Laughing is a cultural and philosophical experience. It makes you change your mind about the world.
And when we are able to laugh about something that frightens or pains us, we further the healing process of the psychological wounds that life deals us.

Laughing heals the soul.

By seeing things from the perspective of a laughter, we discover the errors of our mind. When we are taken over by a wave of seriousness, we feel important, conceited and self-assured. We do the most dumb-ass things and end up in trouble. If we sift our plans, ambitions and ideas each time through the sieve of laughter, we will then have an exceptional tool for evaluation. Castaneda says there are three cases in which I should be afraid:

  • When I am sure of myself.
  • When I am sure that others are wrong.
  • When I am doing something in which there is nothing to laugh about.

If I laugh, my way of seeing the world changes: the powerful are not so very powerful and the aggressive often hurt only themselves. And death, although inevitable, is not as bad as it seems. After all, what does death matter? The important thing is to live, laugh and make others laugh.

In the immensity of billions and billions of years, here we are, for a moment, on the stage of events. We have a few minutes to live out our show. So what are you going to do? Sit in the corner brooding because sooner or later it's going to end? Are you joking? Making a loud racket is much, much better!
But it's still not over.

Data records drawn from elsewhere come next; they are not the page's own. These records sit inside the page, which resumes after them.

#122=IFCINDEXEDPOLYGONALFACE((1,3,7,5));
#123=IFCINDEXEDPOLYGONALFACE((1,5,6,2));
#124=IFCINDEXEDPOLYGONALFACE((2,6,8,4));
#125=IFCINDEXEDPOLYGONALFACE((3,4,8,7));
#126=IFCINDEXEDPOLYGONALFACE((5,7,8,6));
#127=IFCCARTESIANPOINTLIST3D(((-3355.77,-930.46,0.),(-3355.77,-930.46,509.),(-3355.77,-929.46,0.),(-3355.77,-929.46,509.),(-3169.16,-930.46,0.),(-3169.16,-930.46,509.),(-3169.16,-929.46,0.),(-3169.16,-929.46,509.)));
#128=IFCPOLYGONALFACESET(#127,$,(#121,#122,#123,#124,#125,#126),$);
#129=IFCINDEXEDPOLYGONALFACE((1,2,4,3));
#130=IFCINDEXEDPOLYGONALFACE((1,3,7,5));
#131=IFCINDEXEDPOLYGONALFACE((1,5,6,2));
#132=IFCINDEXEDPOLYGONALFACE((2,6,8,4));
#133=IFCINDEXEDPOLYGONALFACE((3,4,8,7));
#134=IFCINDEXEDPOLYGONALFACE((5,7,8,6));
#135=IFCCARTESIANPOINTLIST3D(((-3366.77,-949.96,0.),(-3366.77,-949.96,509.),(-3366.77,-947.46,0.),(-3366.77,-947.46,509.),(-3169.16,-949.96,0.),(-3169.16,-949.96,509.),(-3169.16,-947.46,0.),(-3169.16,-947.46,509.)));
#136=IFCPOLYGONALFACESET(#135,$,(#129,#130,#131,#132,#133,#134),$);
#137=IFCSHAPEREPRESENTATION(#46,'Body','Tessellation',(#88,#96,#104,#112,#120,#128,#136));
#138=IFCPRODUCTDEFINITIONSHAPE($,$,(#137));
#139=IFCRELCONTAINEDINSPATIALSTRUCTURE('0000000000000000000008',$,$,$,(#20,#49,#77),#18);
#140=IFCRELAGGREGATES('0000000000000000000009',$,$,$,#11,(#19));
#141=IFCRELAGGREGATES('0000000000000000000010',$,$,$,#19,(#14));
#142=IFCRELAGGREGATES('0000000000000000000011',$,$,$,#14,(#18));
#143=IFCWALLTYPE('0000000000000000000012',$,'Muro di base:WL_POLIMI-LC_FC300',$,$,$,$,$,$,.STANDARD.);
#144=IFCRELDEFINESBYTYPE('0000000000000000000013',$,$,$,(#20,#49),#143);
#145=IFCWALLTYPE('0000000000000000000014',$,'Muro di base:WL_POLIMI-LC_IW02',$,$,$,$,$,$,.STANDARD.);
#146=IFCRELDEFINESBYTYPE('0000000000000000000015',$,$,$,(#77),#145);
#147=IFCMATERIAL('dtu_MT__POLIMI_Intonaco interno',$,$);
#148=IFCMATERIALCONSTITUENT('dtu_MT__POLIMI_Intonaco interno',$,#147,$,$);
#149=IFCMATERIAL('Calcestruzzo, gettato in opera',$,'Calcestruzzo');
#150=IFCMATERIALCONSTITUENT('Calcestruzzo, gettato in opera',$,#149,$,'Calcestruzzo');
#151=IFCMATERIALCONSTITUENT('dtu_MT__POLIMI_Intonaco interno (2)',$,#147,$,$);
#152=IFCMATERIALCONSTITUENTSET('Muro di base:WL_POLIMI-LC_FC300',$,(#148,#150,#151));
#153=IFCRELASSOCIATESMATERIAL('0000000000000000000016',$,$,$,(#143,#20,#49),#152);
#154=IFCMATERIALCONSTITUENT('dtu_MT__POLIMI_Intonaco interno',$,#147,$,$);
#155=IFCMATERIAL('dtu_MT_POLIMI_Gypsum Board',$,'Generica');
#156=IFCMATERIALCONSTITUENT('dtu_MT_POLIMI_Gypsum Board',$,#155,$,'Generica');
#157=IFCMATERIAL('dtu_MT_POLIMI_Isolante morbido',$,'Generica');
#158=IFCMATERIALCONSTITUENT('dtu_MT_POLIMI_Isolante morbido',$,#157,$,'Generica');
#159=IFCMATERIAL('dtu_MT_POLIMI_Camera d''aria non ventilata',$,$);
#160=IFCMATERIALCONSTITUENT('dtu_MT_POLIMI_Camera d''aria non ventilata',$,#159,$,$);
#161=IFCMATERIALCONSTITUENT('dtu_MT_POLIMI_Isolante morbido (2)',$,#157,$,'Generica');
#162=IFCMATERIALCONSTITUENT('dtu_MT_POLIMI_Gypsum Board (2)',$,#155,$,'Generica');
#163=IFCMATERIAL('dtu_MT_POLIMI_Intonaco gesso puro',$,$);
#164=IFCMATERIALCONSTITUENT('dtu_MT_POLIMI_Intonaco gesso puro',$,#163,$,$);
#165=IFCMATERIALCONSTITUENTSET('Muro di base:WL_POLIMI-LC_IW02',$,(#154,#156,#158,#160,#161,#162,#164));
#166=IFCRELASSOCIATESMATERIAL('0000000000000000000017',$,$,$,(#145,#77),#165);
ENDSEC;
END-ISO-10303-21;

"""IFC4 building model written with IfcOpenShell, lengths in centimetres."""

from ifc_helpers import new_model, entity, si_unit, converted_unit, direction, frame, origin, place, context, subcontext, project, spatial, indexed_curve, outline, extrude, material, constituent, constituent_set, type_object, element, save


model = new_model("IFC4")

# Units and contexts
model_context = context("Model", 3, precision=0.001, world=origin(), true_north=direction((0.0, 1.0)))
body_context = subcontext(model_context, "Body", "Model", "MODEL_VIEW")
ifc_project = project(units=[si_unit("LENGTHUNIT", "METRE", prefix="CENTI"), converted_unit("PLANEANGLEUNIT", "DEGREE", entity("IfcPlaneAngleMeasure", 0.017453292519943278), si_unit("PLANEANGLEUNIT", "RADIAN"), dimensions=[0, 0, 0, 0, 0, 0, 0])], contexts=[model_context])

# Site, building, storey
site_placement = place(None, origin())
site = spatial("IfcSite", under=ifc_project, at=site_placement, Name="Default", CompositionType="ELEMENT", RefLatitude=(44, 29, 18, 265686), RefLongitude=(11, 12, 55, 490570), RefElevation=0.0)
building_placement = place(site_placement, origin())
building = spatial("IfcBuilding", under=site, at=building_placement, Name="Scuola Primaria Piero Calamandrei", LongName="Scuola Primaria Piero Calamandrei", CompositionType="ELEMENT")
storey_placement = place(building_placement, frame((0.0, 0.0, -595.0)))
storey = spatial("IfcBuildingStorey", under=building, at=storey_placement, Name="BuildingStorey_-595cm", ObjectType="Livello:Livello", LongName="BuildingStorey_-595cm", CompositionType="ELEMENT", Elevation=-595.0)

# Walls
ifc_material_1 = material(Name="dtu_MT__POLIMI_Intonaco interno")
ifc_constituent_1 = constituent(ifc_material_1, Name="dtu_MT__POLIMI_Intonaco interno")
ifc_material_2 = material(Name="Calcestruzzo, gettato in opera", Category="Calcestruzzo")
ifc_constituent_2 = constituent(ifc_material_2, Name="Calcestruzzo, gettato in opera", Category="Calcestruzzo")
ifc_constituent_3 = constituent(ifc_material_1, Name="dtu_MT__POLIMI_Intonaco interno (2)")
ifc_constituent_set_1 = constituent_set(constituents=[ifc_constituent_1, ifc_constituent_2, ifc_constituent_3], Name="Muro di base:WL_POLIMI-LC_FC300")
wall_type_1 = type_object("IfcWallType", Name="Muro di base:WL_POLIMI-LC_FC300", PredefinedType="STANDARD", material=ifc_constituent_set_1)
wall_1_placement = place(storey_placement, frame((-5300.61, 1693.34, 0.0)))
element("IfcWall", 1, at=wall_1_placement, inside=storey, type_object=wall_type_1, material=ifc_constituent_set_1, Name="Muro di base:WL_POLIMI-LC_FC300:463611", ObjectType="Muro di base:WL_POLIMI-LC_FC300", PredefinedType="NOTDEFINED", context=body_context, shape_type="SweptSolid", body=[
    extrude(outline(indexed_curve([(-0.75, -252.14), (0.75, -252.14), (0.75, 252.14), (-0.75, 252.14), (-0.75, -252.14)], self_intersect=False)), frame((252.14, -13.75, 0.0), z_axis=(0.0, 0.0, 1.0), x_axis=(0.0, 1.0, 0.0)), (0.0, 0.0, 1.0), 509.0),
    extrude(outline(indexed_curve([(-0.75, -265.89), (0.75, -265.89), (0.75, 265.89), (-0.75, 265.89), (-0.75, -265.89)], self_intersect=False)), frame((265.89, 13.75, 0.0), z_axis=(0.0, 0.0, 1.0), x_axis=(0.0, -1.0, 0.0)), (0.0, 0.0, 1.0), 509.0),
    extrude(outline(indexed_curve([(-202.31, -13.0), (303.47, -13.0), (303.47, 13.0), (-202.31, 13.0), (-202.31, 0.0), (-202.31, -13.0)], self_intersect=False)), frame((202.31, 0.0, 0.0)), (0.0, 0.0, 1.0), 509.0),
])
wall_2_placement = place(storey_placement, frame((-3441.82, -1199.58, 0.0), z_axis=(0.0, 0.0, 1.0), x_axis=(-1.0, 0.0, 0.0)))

Laughter is a means for obtaining positive results.

Laughing switches off the rational mind, it overcomes it, sweeping away its emotional ties and freeing the energy that habitually consumes itself in thinking. When you laugh, this energy is used by the body to regenerate itself. In those moments devoid of rational self-control, we have a more open perception of our being part of the world. For this reason, many masters consider laughing a sacred act of empathy with creation.

The primary flaw in the sectarian and bureaucratic mentality of certain religious leaders is in their seriousness and their lack of a sense of humour, and therefore of the spiritual uplifting that hilarity involves. They fear uproarious laughter because it weakens the power that sustains them, which is characterized by fear and superstition. Humour for them is a mysterious capacity, an unknown and treacherous territory. That is why they don't want anybody to laugh in their temples. They fear that they are being laughed at. On the contrary, the true masters laughed first of all at themselves. They have always seen laughter as a sacred gesture.
The first miracle of Jesus was to transform water into wine so that people could dance and laugh! If he wanted us sad he would have handed out a good shot of bromide to everyone.